* WHAT IS NEEDED
When a line below contains the word "entity", copy that line.

RECORDS SUPPLIED section start

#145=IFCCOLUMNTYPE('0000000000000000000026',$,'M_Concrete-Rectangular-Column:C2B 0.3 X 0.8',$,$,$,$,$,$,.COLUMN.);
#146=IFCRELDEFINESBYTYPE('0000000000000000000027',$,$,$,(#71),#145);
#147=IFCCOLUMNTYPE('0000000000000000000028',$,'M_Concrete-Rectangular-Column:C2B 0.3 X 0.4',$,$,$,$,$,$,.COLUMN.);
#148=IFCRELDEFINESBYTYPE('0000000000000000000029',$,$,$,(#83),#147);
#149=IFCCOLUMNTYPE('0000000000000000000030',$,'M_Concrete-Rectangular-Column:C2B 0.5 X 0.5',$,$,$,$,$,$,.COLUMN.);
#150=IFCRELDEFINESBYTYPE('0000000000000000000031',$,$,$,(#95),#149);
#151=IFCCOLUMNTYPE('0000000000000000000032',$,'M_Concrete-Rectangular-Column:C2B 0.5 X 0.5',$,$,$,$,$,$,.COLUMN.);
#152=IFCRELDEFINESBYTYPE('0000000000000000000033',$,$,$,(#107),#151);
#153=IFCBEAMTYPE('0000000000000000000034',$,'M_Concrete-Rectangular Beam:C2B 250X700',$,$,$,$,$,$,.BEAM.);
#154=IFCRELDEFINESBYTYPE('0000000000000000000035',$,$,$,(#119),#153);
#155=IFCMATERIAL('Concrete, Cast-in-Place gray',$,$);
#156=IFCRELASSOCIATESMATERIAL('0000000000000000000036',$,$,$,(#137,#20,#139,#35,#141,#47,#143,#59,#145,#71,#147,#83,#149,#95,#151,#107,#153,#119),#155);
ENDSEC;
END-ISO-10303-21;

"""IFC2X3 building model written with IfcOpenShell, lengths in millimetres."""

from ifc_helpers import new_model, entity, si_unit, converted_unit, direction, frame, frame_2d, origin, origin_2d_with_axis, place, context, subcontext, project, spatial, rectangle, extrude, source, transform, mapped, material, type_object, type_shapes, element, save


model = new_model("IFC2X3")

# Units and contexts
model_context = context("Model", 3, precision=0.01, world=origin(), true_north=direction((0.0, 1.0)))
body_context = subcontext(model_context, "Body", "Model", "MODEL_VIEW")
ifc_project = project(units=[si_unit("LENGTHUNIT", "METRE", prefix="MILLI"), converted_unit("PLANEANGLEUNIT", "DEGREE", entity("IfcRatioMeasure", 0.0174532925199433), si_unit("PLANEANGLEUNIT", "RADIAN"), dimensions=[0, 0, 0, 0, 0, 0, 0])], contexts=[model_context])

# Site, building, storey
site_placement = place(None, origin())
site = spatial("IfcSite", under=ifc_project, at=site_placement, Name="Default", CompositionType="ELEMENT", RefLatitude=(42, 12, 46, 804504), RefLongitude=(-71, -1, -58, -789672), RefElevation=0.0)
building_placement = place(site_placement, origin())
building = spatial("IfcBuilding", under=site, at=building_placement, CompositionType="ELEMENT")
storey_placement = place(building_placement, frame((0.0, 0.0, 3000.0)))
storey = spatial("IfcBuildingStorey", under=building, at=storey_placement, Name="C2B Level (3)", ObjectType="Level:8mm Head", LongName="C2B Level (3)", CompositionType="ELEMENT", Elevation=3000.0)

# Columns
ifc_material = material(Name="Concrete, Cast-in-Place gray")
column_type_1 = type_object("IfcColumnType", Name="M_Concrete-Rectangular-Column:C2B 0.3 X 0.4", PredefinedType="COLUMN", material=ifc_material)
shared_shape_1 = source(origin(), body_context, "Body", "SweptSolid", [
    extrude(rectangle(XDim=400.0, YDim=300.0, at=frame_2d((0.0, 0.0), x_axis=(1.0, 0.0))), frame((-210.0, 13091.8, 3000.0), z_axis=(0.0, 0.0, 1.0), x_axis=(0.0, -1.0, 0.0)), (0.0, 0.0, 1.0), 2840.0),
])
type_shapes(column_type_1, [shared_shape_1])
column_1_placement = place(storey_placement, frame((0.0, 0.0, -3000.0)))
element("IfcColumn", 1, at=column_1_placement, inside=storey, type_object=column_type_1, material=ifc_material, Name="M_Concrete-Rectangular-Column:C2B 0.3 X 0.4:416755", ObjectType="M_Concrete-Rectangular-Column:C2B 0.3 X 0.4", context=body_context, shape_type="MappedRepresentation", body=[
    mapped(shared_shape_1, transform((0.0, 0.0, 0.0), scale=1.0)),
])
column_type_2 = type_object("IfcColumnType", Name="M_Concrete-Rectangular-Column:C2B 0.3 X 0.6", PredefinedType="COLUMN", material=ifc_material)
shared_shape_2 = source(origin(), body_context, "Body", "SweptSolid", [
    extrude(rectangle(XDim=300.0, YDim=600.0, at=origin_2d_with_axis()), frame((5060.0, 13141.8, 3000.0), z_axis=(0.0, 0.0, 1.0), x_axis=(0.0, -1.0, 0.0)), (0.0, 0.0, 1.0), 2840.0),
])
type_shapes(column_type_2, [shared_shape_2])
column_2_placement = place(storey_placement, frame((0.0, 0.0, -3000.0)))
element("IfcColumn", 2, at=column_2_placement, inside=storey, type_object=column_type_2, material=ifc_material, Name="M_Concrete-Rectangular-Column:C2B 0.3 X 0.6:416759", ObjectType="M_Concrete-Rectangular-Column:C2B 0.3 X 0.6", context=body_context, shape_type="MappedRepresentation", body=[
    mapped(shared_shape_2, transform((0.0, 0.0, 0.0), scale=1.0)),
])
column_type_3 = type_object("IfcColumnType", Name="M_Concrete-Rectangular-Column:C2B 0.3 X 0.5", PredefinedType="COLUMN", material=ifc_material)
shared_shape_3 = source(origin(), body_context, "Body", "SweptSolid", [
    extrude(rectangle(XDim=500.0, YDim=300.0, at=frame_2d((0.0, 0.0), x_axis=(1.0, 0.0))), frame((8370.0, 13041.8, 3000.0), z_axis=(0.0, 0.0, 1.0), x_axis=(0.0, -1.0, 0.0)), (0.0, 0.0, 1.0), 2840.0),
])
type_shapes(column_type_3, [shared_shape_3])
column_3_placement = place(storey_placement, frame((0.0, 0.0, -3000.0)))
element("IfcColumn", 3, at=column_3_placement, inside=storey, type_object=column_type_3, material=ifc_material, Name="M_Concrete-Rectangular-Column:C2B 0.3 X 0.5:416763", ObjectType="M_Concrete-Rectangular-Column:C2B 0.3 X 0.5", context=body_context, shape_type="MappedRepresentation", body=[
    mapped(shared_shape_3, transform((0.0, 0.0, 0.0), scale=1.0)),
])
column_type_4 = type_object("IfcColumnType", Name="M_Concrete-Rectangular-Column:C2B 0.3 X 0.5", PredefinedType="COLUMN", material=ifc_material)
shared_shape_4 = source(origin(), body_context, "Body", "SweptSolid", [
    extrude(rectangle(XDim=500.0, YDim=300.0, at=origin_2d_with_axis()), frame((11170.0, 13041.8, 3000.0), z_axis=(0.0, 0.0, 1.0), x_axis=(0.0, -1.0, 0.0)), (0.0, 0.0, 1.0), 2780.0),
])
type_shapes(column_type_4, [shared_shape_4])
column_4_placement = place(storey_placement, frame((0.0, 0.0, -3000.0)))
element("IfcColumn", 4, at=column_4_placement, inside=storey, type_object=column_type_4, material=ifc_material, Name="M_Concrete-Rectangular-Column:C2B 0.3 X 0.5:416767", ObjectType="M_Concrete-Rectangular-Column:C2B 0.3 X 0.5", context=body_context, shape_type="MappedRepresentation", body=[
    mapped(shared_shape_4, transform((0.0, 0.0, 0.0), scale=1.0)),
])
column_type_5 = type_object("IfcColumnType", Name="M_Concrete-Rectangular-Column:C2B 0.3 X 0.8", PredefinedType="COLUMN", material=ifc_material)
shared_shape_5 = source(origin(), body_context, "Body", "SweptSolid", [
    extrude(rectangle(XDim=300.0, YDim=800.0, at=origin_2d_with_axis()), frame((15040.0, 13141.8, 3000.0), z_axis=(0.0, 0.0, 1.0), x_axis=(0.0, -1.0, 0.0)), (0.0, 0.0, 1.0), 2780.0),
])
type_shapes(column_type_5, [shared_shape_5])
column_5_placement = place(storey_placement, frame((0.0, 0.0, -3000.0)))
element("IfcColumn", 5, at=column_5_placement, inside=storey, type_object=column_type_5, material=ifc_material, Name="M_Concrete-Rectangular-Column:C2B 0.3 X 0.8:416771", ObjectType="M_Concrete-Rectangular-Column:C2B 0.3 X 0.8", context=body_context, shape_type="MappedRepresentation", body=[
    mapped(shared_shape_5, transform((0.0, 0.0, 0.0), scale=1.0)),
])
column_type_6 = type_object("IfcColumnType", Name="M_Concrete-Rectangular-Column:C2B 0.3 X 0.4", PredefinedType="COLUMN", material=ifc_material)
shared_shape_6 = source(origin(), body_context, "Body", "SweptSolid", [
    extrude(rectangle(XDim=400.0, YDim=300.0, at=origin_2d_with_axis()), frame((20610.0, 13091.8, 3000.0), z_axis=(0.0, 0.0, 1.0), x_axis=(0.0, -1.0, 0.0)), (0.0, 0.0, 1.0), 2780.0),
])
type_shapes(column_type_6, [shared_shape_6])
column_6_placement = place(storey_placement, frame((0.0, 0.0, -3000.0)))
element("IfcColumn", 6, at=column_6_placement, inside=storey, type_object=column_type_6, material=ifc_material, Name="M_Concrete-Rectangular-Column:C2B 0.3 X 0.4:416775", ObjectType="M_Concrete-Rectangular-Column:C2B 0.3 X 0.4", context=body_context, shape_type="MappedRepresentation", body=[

RECORDS SUPPLIED section end

* SOLUTION TO THIS TASK
from ifc_helpers import new_model, entity, si_unit, converted_unit, direction, frame, frame_2d, origin, origin_2d_with_axis, place, context, subcontext, project, spatial, rectangle, extrude, source, transform, mapped, material, type_object, type_shapes, element, save
ifc_project = project(units=[si_unit("LENGTHUNIT", "METRE", prefix="MILLI"), converted_unit("PLANEANGLEUNIT", "DEGREE", entity("IfcRatioMeasure", 0.0174532925199433), si_unit("PLANEANGLEUNIT", "RADIAN"), dimensions=[0, 0, 0, 0, 0, 0, 0])], contexts=[model_context])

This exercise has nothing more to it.